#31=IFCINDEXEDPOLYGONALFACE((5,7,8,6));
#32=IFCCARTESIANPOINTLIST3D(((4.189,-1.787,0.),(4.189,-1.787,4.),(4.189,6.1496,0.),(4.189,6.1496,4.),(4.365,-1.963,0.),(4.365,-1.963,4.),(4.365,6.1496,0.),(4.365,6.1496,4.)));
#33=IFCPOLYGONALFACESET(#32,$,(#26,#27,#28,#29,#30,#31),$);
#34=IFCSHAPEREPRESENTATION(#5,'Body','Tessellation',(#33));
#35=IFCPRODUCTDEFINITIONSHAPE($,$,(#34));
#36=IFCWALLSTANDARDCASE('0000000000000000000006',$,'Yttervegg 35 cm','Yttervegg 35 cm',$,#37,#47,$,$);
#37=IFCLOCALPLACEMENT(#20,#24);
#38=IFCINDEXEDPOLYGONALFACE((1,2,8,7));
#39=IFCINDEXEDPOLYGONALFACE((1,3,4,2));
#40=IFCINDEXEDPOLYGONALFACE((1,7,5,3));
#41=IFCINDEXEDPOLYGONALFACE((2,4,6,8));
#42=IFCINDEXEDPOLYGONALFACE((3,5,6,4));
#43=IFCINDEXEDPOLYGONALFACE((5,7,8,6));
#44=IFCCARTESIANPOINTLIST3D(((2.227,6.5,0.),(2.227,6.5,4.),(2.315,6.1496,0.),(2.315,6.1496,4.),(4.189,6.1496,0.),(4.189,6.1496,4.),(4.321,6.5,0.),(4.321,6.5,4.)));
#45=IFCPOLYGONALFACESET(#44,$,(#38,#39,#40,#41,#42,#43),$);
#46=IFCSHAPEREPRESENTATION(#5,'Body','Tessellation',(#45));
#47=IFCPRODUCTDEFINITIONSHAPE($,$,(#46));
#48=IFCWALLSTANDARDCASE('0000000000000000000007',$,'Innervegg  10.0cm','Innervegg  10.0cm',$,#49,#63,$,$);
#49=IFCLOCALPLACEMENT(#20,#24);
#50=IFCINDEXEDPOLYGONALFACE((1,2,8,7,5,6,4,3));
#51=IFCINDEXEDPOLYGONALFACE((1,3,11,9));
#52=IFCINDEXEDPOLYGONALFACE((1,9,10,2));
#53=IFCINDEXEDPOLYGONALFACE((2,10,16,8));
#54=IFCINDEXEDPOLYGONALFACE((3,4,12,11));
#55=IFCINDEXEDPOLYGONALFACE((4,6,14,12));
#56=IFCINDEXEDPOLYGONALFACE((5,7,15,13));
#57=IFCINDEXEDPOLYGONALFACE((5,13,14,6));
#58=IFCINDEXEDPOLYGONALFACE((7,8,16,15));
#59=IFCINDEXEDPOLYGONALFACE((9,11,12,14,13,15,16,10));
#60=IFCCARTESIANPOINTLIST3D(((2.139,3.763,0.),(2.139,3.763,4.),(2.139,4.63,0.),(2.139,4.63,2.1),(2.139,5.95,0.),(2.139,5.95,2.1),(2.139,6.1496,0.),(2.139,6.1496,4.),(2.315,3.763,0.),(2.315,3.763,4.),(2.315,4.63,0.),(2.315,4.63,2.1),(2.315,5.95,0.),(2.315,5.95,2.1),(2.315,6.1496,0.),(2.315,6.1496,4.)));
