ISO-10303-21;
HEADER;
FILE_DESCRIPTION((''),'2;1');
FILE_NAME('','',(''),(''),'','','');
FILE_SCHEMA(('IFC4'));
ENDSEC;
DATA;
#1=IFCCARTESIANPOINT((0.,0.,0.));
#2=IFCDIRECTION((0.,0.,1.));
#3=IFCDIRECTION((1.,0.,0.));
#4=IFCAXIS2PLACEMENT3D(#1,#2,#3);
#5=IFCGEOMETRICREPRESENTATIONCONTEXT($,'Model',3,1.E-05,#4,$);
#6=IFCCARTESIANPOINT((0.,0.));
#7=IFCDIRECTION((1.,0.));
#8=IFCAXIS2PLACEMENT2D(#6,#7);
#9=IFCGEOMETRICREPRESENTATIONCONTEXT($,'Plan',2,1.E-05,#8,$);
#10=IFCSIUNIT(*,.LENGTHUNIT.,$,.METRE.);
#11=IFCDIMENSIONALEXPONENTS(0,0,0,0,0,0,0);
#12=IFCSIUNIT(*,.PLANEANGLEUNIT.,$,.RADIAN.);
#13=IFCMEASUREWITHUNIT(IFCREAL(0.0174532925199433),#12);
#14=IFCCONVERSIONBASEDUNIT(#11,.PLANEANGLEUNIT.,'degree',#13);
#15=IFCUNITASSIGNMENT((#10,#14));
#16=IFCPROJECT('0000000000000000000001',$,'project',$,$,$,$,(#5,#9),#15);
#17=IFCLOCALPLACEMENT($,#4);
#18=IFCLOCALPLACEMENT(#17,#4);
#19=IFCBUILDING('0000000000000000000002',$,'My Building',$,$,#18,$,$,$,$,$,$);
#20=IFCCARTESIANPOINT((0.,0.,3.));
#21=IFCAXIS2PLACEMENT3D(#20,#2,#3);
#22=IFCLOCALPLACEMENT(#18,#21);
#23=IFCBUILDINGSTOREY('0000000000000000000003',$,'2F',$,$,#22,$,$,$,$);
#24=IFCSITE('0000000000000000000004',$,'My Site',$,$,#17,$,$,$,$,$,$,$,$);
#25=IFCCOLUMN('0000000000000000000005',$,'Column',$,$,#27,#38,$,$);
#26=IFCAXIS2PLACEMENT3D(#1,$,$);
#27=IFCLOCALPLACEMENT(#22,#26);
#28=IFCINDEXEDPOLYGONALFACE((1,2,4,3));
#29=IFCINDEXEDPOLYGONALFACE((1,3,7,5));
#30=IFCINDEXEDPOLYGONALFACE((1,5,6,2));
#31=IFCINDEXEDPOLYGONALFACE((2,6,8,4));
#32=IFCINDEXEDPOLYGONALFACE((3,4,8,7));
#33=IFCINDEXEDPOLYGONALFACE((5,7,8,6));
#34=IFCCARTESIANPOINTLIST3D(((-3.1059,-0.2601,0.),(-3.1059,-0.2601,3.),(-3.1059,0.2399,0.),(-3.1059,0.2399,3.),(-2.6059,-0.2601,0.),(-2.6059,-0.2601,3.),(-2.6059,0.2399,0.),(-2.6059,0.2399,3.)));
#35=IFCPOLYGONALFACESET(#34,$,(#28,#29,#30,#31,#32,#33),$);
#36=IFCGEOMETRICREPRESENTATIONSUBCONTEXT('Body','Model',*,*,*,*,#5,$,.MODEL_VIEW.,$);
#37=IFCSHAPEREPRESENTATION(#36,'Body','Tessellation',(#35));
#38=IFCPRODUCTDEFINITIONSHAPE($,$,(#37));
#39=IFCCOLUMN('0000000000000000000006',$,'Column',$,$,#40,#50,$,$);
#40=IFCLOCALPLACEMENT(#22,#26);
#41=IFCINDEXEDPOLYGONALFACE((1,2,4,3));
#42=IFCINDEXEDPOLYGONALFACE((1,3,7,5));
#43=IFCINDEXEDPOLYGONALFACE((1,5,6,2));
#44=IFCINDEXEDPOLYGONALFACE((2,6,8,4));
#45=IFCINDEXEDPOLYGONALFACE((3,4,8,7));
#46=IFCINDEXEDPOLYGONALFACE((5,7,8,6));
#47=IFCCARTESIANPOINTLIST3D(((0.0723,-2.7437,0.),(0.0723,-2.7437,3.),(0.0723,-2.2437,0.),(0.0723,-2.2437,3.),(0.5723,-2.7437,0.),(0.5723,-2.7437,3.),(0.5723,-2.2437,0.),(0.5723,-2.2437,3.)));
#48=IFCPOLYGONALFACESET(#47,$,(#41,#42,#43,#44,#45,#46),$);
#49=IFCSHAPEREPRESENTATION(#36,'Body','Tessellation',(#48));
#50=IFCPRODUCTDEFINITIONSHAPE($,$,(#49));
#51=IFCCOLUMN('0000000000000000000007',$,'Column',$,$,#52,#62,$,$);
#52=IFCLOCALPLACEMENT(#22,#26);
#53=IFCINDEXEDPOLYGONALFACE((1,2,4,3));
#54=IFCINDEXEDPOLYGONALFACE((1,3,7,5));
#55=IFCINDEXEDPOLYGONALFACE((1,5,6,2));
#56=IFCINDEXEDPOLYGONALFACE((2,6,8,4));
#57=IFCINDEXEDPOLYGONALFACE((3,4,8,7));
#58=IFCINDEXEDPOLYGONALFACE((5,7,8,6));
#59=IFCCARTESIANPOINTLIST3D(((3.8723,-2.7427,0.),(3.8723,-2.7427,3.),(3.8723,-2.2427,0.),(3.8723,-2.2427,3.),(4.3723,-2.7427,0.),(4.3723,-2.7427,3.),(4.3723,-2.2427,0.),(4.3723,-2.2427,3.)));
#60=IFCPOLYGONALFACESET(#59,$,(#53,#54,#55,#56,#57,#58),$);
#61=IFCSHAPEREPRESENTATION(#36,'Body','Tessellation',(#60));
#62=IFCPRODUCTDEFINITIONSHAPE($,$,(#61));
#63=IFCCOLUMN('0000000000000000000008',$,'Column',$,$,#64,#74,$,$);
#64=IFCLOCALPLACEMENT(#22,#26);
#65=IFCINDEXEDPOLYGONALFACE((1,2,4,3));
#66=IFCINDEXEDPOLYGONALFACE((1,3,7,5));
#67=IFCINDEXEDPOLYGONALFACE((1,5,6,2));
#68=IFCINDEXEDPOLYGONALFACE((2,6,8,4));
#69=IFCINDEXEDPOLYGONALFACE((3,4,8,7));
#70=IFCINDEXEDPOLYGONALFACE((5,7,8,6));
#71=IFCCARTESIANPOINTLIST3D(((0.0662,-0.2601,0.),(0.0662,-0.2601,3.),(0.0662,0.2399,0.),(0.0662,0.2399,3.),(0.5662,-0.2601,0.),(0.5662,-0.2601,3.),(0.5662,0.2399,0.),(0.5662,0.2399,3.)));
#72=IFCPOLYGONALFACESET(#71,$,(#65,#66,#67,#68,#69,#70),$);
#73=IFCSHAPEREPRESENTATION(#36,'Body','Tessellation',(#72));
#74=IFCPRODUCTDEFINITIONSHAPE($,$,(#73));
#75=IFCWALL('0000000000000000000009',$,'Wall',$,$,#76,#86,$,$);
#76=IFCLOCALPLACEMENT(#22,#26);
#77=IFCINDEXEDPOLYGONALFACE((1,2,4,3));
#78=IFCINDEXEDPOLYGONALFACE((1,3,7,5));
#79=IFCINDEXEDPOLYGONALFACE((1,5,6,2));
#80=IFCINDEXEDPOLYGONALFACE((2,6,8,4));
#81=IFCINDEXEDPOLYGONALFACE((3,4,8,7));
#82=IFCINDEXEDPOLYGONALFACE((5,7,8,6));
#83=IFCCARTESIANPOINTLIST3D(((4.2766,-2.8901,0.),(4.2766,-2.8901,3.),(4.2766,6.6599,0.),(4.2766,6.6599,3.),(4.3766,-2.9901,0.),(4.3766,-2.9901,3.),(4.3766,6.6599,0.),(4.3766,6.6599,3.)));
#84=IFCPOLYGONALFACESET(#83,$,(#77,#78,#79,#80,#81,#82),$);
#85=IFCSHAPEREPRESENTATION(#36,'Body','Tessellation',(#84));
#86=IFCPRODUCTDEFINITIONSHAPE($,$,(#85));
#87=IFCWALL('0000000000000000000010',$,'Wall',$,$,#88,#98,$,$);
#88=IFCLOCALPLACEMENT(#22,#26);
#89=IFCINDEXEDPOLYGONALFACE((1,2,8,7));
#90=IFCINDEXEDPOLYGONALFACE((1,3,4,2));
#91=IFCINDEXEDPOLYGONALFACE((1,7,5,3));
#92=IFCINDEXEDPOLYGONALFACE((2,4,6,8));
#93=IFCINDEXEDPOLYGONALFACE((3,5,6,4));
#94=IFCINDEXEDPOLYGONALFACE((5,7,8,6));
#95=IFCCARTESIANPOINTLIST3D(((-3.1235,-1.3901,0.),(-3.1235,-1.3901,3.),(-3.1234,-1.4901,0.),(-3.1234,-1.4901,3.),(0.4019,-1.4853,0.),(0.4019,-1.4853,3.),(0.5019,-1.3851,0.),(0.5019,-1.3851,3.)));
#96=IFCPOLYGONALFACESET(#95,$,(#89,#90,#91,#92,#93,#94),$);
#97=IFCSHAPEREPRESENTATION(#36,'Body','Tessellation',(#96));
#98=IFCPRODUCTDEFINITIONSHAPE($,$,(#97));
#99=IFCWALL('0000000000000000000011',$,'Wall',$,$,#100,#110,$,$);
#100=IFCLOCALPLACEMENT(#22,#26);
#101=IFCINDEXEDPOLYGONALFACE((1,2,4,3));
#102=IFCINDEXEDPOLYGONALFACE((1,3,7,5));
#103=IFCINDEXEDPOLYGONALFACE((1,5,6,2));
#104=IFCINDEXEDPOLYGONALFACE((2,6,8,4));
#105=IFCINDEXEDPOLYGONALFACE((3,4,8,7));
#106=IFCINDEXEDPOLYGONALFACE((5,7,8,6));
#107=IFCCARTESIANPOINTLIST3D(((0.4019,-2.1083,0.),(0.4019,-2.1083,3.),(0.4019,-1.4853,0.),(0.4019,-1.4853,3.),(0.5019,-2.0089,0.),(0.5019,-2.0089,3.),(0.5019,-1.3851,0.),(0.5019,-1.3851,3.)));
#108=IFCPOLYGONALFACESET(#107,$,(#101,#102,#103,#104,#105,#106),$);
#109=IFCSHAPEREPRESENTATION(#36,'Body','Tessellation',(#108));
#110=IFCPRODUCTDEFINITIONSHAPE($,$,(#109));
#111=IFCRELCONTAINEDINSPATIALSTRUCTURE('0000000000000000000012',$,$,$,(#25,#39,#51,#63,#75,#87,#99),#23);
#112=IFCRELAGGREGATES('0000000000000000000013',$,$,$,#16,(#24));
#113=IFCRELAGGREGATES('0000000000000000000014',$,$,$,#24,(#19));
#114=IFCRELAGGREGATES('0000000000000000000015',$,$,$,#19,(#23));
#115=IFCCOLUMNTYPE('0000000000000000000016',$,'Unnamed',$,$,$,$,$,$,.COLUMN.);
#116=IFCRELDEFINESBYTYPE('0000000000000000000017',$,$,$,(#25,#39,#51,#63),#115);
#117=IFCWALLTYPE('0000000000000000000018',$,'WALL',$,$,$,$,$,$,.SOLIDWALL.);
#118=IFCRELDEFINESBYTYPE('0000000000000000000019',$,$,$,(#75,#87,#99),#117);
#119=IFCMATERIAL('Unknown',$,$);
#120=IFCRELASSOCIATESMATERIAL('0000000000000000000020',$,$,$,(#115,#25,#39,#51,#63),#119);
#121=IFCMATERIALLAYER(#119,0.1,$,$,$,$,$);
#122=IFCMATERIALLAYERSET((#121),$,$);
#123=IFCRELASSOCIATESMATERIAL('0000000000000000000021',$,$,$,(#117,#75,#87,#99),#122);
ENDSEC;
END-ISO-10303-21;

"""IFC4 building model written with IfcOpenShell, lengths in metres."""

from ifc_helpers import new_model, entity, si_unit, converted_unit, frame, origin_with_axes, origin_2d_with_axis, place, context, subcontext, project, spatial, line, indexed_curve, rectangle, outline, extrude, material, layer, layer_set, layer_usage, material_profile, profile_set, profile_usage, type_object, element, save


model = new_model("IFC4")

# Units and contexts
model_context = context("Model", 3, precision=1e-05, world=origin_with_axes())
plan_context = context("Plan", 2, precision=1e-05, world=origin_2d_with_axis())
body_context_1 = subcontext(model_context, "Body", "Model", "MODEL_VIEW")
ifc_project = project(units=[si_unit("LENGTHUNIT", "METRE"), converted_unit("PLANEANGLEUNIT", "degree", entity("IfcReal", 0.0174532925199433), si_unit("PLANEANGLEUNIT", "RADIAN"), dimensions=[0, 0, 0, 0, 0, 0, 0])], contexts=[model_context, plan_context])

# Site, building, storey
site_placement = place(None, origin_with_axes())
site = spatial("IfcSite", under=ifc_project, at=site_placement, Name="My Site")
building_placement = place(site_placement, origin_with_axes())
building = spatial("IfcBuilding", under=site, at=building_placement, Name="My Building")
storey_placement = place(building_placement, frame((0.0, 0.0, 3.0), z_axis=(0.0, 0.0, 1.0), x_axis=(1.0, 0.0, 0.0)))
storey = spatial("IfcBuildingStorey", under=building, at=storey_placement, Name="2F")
====================
Could you reproduce, exactly, every line above from the line with "#28=IFCINDEXEDPOLYGONALFACE((1,2,4,3));" to the line with "#35=IFCPOLYGONALFACESET(#34,$,(#28,#29,#30,#31,#32,#33),$);", and no other line? Both ends count.

#28=IFCINDEXEDPOLYGONALFACE((1,2,4,3));
#29=IFCINDEXEDPOLYGONALFACE((1,3,7,5));
#30=IFCINDEXEDPOLYGONALFACE((1,5,6,2));
#31=IFCINDEXEDPOLYGONALFACE((2,6,8,4));
#32=IFCINDEXEDPOLYGONALFACE((3,4,8,7));
#33=IFCINDEXEDPOLYGONALFACE((5,7,8,6));
#34=IFCCARTESIANPOINTLIST3D(((-3.1059,-0.2601,0.),(-3.1059,-0.2601,3.),(-3.1059,0.2399,0.),(-3.1059,0.2399,3.),(-2.6059,-0.2601,0.),(-2.6059,-0.2601,3.),(-2.6059,0.2399,0.),(-2.6059,0.2399,3.)));
#35=IFCPOLYGONALFACESET(#34,$,(#28,#29,#30,#31,#32,#33),$);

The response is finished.